LA LEY PARA EL FOMENTO DE LA VIVIENDA UN PRIMER PASO.
“La definición de vivienda económica junto con la determinación de la clase media y el sistema financiación harán que la ley produzca los efectos deseados”. — CANOPY

Con fecha 25 de mayo de 2016, fue aprobada por la Cámara de Senadores del Congreso Nacional la Ley de FOMENTO DE LA VIVIENDA Y DESARROLLO TERRITORIAL. Éste alto Cuerpo Legislativo, realizó modificaciones sobre el Proyecto de Ley aprobado por la Cámara de Diputados.
CANOPY en su interés por el desarrollo de la vivienda de clase económica ha realizado una lectura pormenorizada de la Ley, entendiendo que son muchos los puntos que se quedaron en el tintero para la reglamentación de la misma.

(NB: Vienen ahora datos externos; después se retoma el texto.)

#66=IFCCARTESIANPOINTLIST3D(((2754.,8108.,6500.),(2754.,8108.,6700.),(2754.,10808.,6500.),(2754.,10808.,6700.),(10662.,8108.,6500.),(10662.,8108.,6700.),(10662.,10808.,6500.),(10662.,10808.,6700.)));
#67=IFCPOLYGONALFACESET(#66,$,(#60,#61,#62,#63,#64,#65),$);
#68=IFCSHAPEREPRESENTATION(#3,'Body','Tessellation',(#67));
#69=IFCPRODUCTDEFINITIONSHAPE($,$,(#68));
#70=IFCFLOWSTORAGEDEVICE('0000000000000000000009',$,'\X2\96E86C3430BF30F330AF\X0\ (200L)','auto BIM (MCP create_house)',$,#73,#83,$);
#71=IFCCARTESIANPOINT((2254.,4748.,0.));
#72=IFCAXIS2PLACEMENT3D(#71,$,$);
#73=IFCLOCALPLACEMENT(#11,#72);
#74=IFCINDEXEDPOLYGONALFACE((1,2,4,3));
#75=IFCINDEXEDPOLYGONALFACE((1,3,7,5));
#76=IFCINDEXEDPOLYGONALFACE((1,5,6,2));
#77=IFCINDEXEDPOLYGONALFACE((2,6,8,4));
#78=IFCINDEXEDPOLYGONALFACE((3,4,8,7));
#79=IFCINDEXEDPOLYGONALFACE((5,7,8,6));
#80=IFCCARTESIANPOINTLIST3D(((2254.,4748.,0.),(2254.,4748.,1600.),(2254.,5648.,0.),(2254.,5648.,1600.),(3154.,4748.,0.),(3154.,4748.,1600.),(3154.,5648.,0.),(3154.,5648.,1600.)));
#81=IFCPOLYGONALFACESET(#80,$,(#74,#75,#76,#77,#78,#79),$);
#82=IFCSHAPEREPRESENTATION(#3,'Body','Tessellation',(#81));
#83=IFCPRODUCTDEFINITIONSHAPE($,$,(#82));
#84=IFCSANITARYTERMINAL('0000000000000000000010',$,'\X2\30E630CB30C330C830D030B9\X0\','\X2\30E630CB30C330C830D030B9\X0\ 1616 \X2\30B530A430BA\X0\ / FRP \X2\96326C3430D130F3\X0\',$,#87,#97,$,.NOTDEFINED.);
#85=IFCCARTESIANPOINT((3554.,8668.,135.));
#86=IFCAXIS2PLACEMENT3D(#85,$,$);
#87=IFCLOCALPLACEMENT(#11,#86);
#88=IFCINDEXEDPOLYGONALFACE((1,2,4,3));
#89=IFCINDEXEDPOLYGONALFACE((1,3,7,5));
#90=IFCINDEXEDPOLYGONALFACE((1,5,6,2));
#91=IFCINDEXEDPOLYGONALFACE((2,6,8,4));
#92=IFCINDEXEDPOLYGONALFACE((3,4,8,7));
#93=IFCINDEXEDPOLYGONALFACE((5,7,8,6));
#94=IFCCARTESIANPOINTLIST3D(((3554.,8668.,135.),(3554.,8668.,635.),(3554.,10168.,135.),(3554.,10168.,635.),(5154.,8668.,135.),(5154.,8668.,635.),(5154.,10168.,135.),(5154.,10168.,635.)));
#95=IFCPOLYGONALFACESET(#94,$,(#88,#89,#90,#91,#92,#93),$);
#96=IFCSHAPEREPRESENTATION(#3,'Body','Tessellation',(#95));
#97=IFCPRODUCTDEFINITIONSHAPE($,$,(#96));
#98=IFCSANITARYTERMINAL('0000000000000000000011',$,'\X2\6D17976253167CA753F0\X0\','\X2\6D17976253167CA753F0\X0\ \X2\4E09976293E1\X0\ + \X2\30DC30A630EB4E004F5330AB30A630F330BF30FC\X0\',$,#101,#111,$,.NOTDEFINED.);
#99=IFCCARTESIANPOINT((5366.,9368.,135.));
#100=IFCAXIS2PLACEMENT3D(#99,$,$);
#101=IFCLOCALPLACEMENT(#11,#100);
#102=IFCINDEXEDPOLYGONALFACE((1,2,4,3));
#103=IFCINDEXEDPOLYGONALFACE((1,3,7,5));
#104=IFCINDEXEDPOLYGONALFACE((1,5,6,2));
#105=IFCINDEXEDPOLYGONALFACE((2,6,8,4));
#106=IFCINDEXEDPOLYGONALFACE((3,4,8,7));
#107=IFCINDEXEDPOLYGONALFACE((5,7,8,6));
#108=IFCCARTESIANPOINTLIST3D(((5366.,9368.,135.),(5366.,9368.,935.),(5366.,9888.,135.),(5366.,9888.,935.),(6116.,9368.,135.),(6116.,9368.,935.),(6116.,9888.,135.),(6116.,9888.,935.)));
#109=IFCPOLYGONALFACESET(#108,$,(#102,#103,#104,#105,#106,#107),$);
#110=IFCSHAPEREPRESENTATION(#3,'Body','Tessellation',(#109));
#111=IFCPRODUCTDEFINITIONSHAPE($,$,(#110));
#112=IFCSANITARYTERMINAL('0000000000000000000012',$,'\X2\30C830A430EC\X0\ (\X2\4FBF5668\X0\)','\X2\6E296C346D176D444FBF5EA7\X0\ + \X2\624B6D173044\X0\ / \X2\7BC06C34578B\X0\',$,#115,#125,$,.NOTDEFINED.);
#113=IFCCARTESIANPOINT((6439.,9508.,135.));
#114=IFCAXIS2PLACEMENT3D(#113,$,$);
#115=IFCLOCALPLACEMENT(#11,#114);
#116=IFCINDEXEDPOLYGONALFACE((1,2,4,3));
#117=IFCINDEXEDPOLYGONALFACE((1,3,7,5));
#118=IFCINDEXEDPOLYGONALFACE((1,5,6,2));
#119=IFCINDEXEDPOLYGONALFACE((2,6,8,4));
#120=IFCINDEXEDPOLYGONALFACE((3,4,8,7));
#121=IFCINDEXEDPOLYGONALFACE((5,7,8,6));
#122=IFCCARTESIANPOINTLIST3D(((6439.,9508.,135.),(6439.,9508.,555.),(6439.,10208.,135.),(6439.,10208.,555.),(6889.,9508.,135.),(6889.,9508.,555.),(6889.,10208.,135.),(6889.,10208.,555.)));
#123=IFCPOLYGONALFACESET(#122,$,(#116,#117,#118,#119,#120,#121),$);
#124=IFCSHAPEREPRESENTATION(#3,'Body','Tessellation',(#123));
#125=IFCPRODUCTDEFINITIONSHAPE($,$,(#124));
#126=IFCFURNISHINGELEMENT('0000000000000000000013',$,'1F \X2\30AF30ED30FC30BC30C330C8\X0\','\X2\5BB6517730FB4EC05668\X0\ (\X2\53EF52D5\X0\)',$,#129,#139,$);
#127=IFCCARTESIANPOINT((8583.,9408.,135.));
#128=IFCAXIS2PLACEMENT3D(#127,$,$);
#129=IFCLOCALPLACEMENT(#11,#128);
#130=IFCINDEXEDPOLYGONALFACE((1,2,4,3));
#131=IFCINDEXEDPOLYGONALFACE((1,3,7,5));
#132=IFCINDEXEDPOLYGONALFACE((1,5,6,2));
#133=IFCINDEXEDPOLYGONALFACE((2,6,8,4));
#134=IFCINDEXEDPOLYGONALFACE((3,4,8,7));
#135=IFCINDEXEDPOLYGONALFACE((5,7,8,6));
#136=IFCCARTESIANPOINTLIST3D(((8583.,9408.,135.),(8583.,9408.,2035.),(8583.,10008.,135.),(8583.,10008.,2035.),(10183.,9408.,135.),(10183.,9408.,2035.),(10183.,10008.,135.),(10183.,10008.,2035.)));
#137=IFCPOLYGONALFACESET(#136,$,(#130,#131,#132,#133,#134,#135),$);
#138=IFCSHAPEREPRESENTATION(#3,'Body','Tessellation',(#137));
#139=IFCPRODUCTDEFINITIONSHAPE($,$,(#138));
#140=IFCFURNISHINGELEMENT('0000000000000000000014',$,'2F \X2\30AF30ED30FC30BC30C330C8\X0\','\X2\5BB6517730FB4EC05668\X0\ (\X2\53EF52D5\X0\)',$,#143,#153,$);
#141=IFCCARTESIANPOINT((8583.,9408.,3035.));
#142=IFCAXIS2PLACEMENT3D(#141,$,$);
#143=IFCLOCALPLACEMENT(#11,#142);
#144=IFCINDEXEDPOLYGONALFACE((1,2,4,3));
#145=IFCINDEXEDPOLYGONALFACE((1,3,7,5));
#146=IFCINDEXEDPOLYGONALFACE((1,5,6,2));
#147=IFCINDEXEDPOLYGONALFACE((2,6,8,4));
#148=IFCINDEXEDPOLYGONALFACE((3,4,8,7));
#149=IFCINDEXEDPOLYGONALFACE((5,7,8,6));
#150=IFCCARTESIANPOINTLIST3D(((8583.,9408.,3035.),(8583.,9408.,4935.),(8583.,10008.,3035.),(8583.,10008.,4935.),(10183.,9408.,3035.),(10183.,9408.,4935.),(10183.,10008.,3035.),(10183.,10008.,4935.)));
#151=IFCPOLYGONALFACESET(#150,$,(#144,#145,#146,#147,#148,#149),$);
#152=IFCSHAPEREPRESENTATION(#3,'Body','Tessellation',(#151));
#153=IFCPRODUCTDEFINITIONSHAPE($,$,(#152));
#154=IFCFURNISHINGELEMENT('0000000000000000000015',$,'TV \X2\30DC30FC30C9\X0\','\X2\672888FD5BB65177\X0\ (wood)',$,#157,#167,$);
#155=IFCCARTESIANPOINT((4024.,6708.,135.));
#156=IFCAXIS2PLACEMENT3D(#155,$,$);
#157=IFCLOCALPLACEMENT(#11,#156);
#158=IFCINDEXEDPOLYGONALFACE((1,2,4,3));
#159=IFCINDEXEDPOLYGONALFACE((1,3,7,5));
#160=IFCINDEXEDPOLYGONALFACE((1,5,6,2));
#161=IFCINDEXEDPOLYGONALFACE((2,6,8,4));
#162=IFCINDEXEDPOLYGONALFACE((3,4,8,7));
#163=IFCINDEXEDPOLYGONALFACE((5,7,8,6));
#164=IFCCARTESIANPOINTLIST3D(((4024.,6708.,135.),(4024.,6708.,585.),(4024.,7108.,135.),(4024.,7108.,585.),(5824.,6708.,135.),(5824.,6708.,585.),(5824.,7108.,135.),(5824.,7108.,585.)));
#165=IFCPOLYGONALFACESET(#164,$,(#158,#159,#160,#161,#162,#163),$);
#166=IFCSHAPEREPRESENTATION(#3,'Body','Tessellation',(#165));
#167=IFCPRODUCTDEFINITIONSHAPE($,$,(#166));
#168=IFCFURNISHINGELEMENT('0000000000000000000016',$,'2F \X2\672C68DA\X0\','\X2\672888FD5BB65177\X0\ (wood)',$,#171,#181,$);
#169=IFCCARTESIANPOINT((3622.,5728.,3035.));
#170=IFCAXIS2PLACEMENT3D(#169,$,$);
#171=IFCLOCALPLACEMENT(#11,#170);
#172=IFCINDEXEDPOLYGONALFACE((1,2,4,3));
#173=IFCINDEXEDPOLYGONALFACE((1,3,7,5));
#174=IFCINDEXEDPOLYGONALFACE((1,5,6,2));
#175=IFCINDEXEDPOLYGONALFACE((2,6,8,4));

Ni que decir tiene, que la aprobación de la Ley ha supuesto un paso adelante, si bien, no se sabe aún fecha para su promulgación y consecuentemente, para que empiecen a correr los 90 días que hay para la aprobación de la reglamentación sobre la misma.
De los 26 puntos, que a juicio de CANOPY, están pendientes de desarrollo, a continuación, vamos a intentar profundizar, sobre los que consideramos más importantes y cuál debería ser el enfoque de los mismos desde nuestra perspectiva:
Definición de Vivienda Económica. A nuestro juicio, es muy parca la definición aprobada en la ley, debiendo ser como mínimo la siguiente: Vivienda destinada a domicilio habitual y permanente, cuya área propia no exceda de 100,00 m² que pertenezca a un proyecto aprobado por la SENAVITAT y cuyo precio máximo de venta no sobrepase 260 Salarios Mínimos Mensuales (467.211.264 guaraní).
Patrones habitacionales. Es necesario que en ellos se defina el área total en función del número de dormitorios, la superficie mínima de las piezas que debe tener la vivienda, calidad mínima que debería tener la vivienda, número de sanitarios en función de los dormitorios. De no ser así, no tendremos garantía de que la vivienda se encuentra dentro de los estándares aprobados por la autoridad de aplicación de la Ley (SENAVITAT)
Determinación de los beneficiarios. Entendemos que en función del número de salarios mínimos mensuales que reúna el solicitante y/o unidad familiar, debería de establecerse la categoría a la que se puede acceder. Una Ley como ésta tiene que fijar las ayudas a recibir por el beneficiario teniendo en cuenta los ingresos del mismo o de su unidad familiar y no supeditarlos al monto de la vivienda a adquirir.
Determinación del tanto por ciento máximo del aporte estatal. Debería establecerse en función de la categoría, teniendo que ser diferente para cada una de ellas y decreciente de menor a mayor. Esto permitirá que los beneficiarios, más desfavorecidos económicamente, puedan optar a mayores ayudas.
Establecer documentos necesarios para la carpeta del crédito complementario. No parece lógico que sean las entidades financieras las que controlen éste aspecto, no podemos olvidar que son viviendas sociales por lo que las garantías que pueden aportar los solicitantes serán muy pocas o ninguna. En nuestra opinión la garantía de ese crédito debería ser hipotecaria. No pudiendo cancelarse ésta hasta la cancelación del monto total del crédito. De no implementar la garantía hipotecaria como mecanismo, podíamos caer en la falta de garantías por el solicitante para la concesión del crédito.